Will of these changes actually happen? It remains to be seen. Certainly such changes would be welcome by the Conservatives’ allies in the National Citizens Coalition, the Canadian Constitutional Foundation, and the in broader business community. Of course, changes to automatic union dues check off and card check certification are, at this point, merely speculative and allude to a possible “secret agenda” against the labour movement. However, labour law has become increasingly important in the era of neo-liberalism, and changes to labour law in Ontario were at the top of the Harris governments’ agenda in the 1990s. Clearly these changes would significantly hamper the political clout and institutional strength of Canada’s labour movement. As a result, Canadian unions must be vigilant of any possible reforms to the Canadian labour law.

While the events of June and October 2011 illustrate that the new government is likely to continue with the status quo of using coercive measures such as back-to-work legislation to end legal strikes, this should not be the real worry of Canadian unions, although it is a major issue. The real worry of Canadian unions should be the possibility of an overhaul of federal labour law. This is not to suggest that unions are helpless against the new government, though they should realize that they may not make much progress and that work stoppages (or even the threat of one) are likely to be dealt with swiftly. Furthermore, renewing collective agreements in the federal civil service may also present challenges.

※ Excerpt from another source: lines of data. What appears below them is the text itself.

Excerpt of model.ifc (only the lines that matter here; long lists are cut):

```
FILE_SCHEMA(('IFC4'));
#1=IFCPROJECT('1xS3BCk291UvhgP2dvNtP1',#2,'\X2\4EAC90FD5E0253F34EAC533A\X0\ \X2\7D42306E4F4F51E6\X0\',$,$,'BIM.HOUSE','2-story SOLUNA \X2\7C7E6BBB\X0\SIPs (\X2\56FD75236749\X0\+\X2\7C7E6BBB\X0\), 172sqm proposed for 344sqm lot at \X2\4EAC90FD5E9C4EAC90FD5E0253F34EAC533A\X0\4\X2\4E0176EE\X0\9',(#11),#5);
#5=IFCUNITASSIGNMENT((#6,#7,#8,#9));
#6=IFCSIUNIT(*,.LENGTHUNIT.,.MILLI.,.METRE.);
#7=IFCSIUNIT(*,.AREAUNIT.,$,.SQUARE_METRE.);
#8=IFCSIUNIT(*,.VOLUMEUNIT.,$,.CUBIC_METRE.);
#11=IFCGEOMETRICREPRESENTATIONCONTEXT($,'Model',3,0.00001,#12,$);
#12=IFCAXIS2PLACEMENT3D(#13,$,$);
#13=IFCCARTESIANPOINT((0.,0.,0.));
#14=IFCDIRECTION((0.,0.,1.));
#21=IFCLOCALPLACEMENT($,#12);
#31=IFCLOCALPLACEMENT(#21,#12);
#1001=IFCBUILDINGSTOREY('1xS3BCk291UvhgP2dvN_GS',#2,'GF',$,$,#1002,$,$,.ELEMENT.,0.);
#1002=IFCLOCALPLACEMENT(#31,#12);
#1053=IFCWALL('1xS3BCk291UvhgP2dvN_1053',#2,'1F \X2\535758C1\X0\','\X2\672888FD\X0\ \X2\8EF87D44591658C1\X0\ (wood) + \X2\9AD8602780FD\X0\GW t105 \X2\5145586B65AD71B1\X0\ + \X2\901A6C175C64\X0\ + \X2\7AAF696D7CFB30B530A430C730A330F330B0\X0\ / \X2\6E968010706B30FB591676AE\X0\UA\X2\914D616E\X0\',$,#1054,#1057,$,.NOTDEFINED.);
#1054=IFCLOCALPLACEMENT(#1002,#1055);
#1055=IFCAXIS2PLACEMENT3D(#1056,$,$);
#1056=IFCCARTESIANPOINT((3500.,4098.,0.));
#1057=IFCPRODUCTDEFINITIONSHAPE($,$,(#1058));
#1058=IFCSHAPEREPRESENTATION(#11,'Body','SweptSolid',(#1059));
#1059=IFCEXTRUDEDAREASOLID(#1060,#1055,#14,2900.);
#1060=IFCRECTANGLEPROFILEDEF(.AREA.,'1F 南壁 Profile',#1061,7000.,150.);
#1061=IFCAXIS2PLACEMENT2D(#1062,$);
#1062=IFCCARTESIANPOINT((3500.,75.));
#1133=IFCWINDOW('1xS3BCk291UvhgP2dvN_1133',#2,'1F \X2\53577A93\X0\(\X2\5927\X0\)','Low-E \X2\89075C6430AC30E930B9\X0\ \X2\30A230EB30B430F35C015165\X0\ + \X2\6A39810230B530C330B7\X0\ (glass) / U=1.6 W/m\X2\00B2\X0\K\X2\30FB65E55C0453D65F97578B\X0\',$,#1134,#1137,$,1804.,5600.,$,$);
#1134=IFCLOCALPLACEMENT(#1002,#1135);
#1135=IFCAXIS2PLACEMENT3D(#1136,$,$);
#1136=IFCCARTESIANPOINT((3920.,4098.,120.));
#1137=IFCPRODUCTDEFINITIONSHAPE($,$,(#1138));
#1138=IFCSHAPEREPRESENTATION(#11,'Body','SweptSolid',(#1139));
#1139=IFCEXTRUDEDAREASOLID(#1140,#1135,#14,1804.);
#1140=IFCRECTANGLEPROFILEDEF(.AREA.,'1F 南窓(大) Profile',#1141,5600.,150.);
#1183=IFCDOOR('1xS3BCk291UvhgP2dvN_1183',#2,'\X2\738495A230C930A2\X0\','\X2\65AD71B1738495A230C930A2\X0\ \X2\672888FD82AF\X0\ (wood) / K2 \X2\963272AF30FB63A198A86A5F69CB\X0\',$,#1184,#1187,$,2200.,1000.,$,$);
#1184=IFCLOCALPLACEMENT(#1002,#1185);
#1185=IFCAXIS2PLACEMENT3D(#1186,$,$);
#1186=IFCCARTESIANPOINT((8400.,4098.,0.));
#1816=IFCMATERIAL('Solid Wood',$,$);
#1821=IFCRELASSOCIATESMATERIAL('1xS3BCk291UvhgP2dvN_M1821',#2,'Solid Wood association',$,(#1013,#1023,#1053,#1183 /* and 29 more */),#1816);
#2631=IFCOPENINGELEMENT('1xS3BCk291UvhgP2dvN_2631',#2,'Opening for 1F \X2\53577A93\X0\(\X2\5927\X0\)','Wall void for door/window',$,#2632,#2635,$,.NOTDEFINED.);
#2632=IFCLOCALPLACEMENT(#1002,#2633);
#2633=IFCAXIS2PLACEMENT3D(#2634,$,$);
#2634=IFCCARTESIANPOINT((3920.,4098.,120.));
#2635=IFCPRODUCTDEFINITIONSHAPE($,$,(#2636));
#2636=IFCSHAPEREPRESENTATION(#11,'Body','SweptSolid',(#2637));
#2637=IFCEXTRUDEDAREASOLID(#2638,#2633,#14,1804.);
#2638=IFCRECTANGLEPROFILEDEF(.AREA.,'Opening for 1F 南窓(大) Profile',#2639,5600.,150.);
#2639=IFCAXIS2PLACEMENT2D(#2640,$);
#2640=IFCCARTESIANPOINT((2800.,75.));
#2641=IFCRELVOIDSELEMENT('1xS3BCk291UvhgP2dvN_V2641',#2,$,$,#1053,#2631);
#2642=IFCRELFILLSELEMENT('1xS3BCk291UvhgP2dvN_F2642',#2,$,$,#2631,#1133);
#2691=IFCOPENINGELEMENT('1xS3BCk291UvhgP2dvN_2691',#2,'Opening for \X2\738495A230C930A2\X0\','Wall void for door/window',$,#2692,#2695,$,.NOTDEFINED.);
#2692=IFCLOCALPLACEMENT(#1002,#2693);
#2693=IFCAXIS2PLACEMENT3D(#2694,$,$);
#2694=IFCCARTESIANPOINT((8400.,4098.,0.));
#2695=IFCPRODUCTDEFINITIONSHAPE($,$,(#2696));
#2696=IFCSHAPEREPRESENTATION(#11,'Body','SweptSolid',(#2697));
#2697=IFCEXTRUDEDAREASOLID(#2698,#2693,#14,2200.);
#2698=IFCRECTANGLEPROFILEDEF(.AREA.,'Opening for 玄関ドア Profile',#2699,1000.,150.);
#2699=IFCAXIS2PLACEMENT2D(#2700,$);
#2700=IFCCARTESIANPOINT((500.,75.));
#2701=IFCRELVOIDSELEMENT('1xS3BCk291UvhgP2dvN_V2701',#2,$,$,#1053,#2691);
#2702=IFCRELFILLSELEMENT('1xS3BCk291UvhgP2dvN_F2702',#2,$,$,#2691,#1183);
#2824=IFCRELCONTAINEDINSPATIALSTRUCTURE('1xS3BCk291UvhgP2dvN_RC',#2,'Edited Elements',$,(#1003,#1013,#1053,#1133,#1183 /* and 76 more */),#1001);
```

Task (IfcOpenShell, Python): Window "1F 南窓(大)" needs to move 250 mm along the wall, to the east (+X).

```python
import ifcopenshell
import ifcopenshell.api.geometry
import ifcopenshell.util.placement
import ifcopenshell.util.unit

model = ifcopenshell.open("model.ifc")
unit_scale = ifcopenshell.util.unit.calculate_unit_scale(model)

window = model.by_guid("1xS3BCk291UvhgP2dvN_1133")
opening = window.FillsVoids[0].RelatingOpeningElement
wall = opening.VoidsElements[0].RelatingBuildingElement

wall_matrix = ifcopenshell.util.placement.get_local_placement(wall.ObjectPlacement)
shift = wall_matrix[:3, 0] * 0.25 / unit_scale
before = ifcopenshell.util.placement.get_local_placement(window.ObjectPlacement)[:3, 3].copy()

# The window is not placed relative to its opening, so move both.
for product in (opening, window):
    matrix = ifcopenshell.util.placement.get_local_placement(product.ObjectPlacement)
    matrix[:3, 3] += shift
    ifcopenshell.api.geometry.edit_object_placement(model, product=product, matrix=matrix, is_si=False)

after = ifcopenshell.util.placement.get_local_placement(window.ObjectPlacement)[:3, 3]
print("window moved by", (after - before).round(3) + 0.0)

model.write("model_v2.ifc")
```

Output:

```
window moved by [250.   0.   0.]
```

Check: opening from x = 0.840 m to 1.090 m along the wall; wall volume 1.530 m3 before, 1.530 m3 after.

Despite this, an overhaul of federal labour law- in the form of ending automatic union dues check off and card check certification are real possibilities facing the labour movement, and ones that- if passed- are likely to have disastrous effects on the strength of Canada’s unions.

Perhaps the silver lining in Canada’s decentralized federalism is that labour law is generally within the jurisdiction of provincial governments. Only those workers covered by federal labour law would be impacted by the changes that the Harper government could make. These workers include those in the federal civil service, telecommunications, international or interprovincial transportation, banking, and other federally regulated industries. While this amounts to roughly 10% of Canada’s workforce, the fact remains that with a majority government, federal labour law could easily be changed, and the results would likely be disastrous for Canadian unions. One thing remains certain though, the rights to bargain collectively and to strike for those governed by federal labour law are in jeopardy.